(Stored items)
-------------------------
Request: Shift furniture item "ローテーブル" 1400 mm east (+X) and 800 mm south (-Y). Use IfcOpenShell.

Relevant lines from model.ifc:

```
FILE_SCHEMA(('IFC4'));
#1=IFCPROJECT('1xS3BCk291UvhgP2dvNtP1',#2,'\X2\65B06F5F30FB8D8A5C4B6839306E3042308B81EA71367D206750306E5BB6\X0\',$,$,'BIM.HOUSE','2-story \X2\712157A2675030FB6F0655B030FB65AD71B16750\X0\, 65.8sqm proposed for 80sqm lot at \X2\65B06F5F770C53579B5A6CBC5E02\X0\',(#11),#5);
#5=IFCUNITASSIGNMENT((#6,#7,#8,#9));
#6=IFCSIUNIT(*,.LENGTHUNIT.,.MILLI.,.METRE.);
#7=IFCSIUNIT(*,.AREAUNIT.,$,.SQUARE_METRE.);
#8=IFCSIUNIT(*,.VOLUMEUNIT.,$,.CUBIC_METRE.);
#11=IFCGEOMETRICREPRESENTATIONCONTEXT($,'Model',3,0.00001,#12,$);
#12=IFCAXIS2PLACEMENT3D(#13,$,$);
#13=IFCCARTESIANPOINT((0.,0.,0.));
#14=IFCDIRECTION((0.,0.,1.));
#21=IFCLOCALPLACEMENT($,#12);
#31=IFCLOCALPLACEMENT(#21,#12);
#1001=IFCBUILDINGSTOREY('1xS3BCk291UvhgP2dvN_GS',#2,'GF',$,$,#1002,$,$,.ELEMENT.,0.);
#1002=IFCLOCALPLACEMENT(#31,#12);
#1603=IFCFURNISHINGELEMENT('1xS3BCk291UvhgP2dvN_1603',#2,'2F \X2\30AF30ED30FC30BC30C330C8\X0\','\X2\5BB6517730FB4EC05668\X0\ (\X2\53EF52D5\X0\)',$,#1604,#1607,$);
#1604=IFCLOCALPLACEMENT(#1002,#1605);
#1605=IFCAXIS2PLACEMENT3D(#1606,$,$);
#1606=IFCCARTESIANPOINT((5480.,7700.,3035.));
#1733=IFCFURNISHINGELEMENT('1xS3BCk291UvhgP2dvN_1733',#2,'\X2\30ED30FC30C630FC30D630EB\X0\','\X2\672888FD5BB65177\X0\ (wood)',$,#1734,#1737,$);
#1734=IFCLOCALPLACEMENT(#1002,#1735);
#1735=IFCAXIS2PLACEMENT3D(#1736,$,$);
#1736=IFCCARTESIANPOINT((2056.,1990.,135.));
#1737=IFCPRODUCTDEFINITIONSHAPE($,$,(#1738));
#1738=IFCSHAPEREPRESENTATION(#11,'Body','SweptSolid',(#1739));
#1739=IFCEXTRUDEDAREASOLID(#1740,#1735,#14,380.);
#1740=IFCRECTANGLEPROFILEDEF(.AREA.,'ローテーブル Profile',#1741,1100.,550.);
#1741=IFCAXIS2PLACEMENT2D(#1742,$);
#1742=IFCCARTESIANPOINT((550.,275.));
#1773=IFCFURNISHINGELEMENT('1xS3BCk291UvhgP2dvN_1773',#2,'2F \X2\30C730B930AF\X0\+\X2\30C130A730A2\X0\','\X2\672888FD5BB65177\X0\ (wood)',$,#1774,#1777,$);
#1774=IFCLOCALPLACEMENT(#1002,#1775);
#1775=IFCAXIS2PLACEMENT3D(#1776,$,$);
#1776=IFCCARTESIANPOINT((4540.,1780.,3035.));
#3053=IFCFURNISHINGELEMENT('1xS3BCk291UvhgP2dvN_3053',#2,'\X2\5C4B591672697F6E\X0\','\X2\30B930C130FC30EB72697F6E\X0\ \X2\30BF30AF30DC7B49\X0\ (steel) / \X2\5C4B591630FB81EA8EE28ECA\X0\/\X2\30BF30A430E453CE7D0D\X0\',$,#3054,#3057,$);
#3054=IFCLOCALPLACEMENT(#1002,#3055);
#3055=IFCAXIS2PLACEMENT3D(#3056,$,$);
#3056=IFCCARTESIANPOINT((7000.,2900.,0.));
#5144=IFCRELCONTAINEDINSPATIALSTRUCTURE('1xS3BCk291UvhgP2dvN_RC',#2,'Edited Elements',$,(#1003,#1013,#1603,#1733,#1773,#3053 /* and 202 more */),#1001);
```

```python
import ifcopenshell
import ifcopenshell.api.geometry
import ifcopenshell.util.placement
import ifcopenshell.util.unit

model = ifcopenshell.open("model.ifc")
unit_scale = ifcopenshell.util.unit.calculate_unit_scale(model)

item = model.by_guid("1xS3BCk291UvhgP2dvN_1733")
matrix = ifcopenshell.util.placement.get_local_placement(item.ObjectPlacement)
matrix[0, 3] += 1.4 / unit_scale
matrix[1, 3] -= 0.8 / unit_scale
ifcopenshell.api.geometry.edit_object_placement(model, product=item, matrix=matrix, is_si=False)

print(ifcopenshell.util.placement.get_local_placement(item.ObjectPlacement).round(3) + 0.0)

model.write("model_updated.ifc")
```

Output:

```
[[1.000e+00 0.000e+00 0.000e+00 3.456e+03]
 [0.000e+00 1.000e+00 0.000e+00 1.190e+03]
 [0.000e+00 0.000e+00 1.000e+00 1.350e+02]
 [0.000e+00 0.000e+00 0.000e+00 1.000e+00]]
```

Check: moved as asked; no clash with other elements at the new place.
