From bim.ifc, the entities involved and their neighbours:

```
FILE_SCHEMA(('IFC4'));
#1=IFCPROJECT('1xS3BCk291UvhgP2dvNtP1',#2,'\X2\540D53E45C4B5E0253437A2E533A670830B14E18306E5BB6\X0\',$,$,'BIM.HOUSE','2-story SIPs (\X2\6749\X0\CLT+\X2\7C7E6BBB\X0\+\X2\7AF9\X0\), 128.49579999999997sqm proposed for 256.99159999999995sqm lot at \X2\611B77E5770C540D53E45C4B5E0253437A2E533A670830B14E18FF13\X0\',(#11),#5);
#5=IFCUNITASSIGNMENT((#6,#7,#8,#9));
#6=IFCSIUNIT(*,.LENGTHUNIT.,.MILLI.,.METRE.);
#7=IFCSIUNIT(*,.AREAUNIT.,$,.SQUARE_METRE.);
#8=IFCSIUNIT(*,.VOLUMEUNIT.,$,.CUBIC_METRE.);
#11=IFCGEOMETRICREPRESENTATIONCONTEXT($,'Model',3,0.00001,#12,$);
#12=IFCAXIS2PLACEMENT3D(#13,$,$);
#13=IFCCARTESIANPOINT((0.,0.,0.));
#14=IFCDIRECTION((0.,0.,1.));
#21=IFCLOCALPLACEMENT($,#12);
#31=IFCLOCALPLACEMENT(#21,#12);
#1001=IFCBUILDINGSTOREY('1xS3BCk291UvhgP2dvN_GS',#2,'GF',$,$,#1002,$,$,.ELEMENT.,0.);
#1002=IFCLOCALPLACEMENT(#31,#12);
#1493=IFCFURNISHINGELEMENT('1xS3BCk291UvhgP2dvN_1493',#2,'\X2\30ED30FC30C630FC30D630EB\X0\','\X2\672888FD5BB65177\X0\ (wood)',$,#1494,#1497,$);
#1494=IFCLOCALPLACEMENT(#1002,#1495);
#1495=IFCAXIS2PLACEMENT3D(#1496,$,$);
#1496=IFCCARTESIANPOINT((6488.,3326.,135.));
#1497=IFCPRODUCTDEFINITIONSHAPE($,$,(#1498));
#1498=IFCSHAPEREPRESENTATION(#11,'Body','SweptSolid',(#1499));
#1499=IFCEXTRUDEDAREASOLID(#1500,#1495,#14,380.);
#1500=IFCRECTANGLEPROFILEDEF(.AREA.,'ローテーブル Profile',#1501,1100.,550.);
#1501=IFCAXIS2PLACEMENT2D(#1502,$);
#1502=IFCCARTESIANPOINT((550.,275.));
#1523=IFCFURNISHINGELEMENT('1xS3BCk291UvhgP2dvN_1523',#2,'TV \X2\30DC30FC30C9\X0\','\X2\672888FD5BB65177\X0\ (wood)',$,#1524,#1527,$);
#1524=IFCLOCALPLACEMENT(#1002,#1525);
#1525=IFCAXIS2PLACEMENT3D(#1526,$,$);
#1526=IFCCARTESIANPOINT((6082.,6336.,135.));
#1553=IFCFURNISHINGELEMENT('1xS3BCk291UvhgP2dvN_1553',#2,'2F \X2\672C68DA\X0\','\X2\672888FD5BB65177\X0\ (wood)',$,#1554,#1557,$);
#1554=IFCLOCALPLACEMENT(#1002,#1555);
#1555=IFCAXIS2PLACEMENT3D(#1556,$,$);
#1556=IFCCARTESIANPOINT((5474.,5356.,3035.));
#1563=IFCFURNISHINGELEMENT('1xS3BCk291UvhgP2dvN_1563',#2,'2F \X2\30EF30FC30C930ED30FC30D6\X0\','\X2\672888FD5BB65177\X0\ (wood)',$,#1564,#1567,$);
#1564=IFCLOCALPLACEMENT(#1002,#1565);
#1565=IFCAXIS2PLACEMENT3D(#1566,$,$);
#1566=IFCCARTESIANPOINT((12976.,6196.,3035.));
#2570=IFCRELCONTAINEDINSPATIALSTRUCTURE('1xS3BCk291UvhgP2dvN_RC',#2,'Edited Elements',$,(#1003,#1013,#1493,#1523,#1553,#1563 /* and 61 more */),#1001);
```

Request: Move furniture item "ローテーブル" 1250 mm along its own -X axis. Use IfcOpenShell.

```python
import ifcopenshell
import ifcopenshell.api.geometry
import ifcopenshell.util.placement

model = ifcopenshell.open("bim.ifc")

item = model.by_guid("1xS3BCk291UvhgP2dvN_1493")
matrix = ifcopenshell.util.placement.get_local_placement(item.ObjectPlacement)
matrix[:3, 3] -= matrix[:3, 0] * 1250.0
ifcopenshell.api.geometry.edit_object_placement(model, product=item, matrix=matrix, is_si=False)

print(ifcopenshell.util.placement.get_local_placement(item.ObjectPlacement).round(3) + 0.0)

model.write("bim_v2.ifc")
```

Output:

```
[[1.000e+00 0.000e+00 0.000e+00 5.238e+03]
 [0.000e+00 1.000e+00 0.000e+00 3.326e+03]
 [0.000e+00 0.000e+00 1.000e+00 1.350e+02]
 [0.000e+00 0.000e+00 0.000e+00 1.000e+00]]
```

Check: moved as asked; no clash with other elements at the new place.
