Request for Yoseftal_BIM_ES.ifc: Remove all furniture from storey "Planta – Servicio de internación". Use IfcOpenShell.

First a look at what the model holds.

```python
import ifcopenshell
import ifcopenshell.util.element

model = ifcopenshell.open("Yoseftal_BIM_ES.ifc")
print(model.schema)
storey = next(s for s in model.by_type("IfcBuildingStorey") if s.Name == "Planta – Servicio de internación")
furniture = [e for e in ifcopenshell.util.element.get_decomposition(storey) if e.is_a("IfcFurnishingElement")]
seen = {}
for e in furniture:
    element_type = ifcopenshell.util.element.get_type(e)
    name = element_type.Name if element_type not in (None, e) else None
    seen[name] = seen.get(name, 0) + 1
for name, count in sorted(seen.items(), key=str):
    print(count, "x", name)
```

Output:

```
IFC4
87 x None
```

```python
import ifcopenshell
import ifcopenshell.api.root
import ifcopenshell.util.element

model = ifcopenshell.open("Yoseftal_BIM_ES.ifc")

storey = next(s for s in model.by_type("IfcBuildingStorey") if s.Name == "Planta – Servicio de internación")
furniture = [e for e in ifcopenshell.util.element.get_decomposition(storey) if e.is_a("IfcFurnishingElement")]

for e in furniture:
    ifcopenshell.api.root.remove_product(model, product=e)
print(len(furniture), "removed")

model.write("Yoseftal_BIM_ES-out.ifc")
```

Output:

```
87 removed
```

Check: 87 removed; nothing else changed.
-------------------------
**TASK TO COMPLETE**
Say, as a single number, how many lines of the records hold the word "Body".

**TASK RESPONSE**
2